Wang Bin, Lin Lvna, Yuan Xiao, Zhu Yunna, Wang Yukun, Li Donglin, He Jinming, Xiao Yanhui
Guangdong Provincial Key Laboratory of Utilization and Conservation of Food and Medicinal Resources in Northern Region, Shaoguan University, Shaoguan, China.
Henry Fok College of Biology and Agriculture, Shaoguan University, Shaoguan, China.
Front Plant Sci. 2023 Jan 23;14:1088285. doi: 10.3389/fpls.2023.1088285. eCollection 2023.

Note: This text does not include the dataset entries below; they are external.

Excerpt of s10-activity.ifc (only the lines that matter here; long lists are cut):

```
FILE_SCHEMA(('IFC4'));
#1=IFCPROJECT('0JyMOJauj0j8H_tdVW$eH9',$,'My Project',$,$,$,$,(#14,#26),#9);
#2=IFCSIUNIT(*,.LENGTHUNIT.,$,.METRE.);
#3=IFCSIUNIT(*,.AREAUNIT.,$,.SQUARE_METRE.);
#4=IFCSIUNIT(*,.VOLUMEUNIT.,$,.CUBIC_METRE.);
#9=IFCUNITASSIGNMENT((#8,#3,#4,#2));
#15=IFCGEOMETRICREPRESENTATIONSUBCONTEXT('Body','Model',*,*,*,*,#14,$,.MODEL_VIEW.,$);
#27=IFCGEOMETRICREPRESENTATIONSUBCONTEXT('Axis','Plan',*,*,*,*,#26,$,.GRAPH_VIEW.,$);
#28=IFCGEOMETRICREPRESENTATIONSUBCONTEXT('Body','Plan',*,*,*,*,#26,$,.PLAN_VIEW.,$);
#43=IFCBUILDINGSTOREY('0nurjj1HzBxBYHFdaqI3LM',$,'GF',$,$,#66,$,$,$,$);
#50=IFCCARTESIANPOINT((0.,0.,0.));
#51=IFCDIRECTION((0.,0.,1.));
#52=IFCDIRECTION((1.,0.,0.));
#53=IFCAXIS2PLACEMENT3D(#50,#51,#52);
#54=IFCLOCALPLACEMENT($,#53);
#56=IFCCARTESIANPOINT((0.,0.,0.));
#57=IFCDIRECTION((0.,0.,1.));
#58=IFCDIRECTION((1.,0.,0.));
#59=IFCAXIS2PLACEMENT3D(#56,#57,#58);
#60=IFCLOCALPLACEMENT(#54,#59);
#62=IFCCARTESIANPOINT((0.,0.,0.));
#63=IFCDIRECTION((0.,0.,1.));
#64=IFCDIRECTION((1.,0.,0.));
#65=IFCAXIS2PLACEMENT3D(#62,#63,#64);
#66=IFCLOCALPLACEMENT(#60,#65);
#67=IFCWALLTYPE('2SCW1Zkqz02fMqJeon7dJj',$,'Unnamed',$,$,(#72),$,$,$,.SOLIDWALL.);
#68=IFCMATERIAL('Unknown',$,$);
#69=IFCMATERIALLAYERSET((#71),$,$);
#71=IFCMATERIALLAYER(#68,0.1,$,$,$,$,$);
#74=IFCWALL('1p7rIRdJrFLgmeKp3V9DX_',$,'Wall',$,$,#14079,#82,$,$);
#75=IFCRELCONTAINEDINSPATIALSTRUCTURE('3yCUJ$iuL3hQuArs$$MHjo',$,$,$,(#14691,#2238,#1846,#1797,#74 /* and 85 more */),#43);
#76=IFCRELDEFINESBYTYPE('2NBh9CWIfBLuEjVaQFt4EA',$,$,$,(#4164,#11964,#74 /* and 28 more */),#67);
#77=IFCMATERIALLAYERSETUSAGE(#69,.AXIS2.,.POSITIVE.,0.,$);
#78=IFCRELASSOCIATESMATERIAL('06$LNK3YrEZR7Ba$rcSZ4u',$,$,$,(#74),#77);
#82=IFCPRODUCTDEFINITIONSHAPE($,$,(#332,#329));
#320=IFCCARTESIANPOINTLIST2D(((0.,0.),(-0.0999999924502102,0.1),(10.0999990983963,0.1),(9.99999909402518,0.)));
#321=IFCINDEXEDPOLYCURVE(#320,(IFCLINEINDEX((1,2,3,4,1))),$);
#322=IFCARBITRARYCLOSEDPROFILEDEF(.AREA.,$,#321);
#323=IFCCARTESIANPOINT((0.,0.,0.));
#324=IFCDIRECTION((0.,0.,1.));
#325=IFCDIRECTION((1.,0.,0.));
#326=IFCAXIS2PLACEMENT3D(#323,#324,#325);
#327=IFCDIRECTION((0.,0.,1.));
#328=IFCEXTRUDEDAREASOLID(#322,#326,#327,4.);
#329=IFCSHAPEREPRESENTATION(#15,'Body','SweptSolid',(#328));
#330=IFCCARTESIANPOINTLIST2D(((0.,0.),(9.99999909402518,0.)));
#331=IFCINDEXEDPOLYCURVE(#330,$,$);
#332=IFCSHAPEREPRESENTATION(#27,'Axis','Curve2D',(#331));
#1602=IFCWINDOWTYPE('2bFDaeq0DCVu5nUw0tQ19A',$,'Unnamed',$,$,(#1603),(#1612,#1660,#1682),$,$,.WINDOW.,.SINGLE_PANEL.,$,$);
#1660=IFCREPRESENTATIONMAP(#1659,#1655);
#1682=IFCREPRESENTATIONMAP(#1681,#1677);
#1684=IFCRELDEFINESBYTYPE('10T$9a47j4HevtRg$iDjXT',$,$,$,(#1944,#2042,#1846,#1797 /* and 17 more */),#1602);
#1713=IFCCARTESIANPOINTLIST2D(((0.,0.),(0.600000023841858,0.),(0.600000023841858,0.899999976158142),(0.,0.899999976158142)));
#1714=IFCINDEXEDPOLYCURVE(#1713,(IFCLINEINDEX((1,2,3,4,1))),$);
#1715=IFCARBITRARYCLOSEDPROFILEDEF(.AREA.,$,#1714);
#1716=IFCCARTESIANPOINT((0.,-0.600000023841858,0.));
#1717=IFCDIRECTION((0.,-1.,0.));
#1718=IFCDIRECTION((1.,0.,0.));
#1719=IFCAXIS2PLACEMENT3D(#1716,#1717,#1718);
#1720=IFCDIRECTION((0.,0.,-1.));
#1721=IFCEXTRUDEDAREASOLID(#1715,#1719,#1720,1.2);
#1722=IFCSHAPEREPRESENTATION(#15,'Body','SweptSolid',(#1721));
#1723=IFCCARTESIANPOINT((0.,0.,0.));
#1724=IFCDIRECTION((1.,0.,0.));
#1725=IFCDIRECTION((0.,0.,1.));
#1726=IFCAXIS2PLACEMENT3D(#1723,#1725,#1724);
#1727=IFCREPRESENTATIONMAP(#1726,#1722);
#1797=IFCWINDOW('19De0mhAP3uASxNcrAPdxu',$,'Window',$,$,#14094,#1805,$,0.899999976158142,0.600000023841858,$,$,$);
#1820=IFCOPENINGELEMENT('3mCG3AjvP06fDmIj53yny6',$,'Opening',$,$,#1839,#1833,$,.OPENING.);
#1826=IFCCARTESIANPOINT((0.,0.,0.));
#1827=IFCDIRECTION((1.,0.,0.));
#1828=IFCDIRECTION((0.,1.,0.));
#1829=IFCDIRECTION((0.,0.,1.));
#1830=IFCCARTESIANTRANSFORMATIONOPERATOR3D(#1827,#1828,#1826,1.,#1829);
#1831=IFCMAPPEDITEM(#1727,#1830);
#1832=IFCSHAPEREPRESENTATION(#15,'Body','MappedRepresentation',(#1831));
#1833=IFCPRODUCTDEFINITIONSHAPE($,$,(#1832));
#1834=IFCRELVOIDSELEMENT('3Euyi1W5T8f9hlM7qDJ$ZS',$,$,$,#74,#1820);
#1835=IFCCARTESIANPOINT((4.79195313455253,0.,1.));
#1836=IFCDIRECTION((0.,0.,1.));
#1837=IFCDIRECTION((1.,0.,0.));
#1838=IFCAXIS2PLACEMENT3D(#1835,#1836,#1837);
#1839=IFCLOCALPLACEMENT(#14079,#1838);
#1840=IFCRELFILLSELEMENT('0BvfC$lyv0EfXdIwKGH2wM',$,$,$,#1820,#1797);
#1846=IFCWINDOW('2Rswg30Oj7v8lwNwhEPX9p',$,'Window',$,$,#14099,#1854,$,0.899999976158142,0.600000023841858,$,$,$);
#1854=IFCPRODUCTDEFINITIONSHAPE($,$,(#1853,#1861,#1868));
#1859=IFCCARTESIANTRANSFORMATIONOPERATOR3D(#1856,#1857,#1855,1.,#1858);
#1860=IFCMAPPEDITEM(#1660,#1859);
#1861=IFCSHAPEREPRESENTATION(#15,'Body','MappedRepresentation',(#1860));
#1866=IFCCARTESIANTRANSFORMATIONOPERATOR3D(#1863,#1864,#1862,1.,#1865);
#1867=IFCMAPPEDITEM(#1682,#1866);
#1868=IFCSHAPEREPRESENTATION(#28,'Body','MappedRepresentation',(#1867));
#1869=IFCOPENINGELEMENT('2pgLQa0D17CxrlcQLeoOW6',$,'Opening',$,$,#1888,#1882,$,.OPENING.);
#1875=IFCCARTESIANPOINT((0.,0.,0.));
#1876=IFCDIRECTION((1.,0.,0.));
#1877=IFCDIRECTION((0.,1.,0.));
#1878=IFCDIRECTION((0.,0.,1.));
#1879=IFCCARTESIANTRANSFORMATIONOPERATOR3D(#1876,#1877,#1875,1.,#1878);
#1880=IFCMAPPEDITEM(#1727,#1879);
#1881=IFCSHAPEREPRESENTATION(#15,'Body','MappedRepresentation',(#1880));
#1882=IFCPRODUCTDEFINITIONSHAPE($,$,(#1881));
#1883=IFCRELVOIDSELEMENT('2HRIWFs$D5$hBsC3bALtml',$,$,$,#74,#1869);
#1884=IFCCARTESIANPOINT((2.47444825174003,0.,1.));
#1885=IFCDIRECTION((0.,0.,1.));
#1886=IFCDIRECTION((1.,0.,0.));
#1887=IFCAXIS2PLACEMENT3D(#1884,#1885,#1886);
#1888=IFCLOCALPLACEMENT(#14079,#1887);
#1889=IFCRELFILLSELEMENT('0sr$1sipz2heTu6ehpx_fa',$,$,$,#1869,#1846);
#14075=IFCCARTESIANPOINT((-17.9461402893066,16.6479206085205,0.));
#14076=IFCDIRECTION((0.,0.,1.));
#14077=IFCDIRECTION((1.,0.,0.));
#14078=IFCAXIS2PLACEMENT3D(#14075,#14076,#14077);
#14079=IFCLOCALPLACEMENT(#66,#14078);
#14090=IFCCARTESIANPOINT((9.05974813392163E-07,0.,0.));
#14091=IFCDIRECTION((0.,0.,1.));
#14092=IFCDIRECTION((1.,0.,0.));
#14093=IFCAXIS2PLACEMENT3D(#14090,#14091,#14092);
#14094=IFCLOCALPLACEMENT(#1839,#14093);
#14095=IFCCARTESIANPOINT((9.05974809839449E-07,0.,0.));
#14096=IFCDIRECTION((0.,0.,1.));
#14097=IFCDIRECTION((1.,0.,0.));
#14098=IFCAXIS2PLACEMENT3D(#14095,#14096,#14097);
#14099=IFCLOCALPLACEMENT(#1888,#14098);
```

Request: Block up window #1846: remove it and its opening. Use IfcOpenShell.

```python
import ifcopenshell
import ifcopenshell.api.feature
import ifcopenshell.api.root
import ifcopenshell.geom
import ifcopenshell.util.shape

model = ifcopenshell.open("s10-activity.ifc")
settings = ifcopenshell.geom.settings()


def volume(element):
    """Net volume in cubic metres, openings subtracted."""
    shape = ifcopenshell.geom.create_shape(settings, element)
    return ifcopenshell.util.shape.get_volume(shape.geometry)


window = model.by_guid("2Rswg30Oj7v8lwNwhEPX9p")
opening = window.FillsVoids[0].RelatingOpeningElement
wall = opening.VoidsElements[0].RelatingBuildingElement
before = volume(wall)

ifcopenshell.api.root.remove_product(model, product=window)
ifcopenshell.api.feature.remove_feature(model, feature=opening)

after = volume(wall)

print(f"wall volume {before:.3f} -> {after:.3f} m3")

model.write("s10-activity_edited.ifc")
```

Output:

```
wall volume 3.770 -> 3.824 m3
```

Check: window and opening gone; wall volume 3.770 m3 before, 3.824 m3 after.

As one of the most toxic environmental pollutants, cadmium (Cd) has lastingly been considered to have negative influences on plant growth and productivity. Recently, increasing studies have shown that low level of Cd exposure could induce hormetic effect which benefits to plants. However, the underlying mechanisms of Cd-triggered hormesis are poorly understood. In this study, we found that Cd stress treatment showed a hormetic effect on peppermint and Cd treatment with 1.6 mg L concertation manifested best stimulative effects. To explore the hormesis mechanisms of Cd treatment, comparative transcriptome analysis of peppermint young plants under low (1.6 mg L) and high (6.5 mg L) level of Cd exposure at 0 h, 24 h and 72 h were conducted. Twelve of differentially expressed genes (DEGs) were selected for qRT-PCR validation, and the expression results confirmed the credibility of transcriptome data. KEGG analysis of DEGs showed that the phenylpropanoid biosynthesis and photosynthesis were important under both low and high level of Cd treatments. Interestingly, GO and KEGG analysis of 99 DEGs specifically induced by low level of Cd treatment at 72 h indicated that these DEGs were mainly involved in the pathway of phenylpropanoid biosynthesis and their functions were associated with antioxidant activity. The expression pattern of those genes in the phenylpropanoid biosynthesis pathway and encoding antioxidant enzymes during 72 h of Cd exposure showed that low level of Cd treatment induced a continuation in the upward trend but high level of Cd treatment caused an inverted V-shape. The changes of physiological parameters during Cd exposure were highly consistent with gene expression pattern. These results strongly demonstrate that low level of Cd exposure constantly enhanced antioxidant activity of peppermint to avoid oxidative damages caused by Cd ion, while high level of Cd stress just induced a temporary increase in antioxidant activity which was insufficient to cope with lasting Cd toxicity. Overall, the results presented in this study shed a light on the underlying mechanisms of the Cd-mediated hormesis in plant. Moreover, our study provided a safe method for the efficient utilization of mild Cd-contaminated soil as peppermint is an important cash plant.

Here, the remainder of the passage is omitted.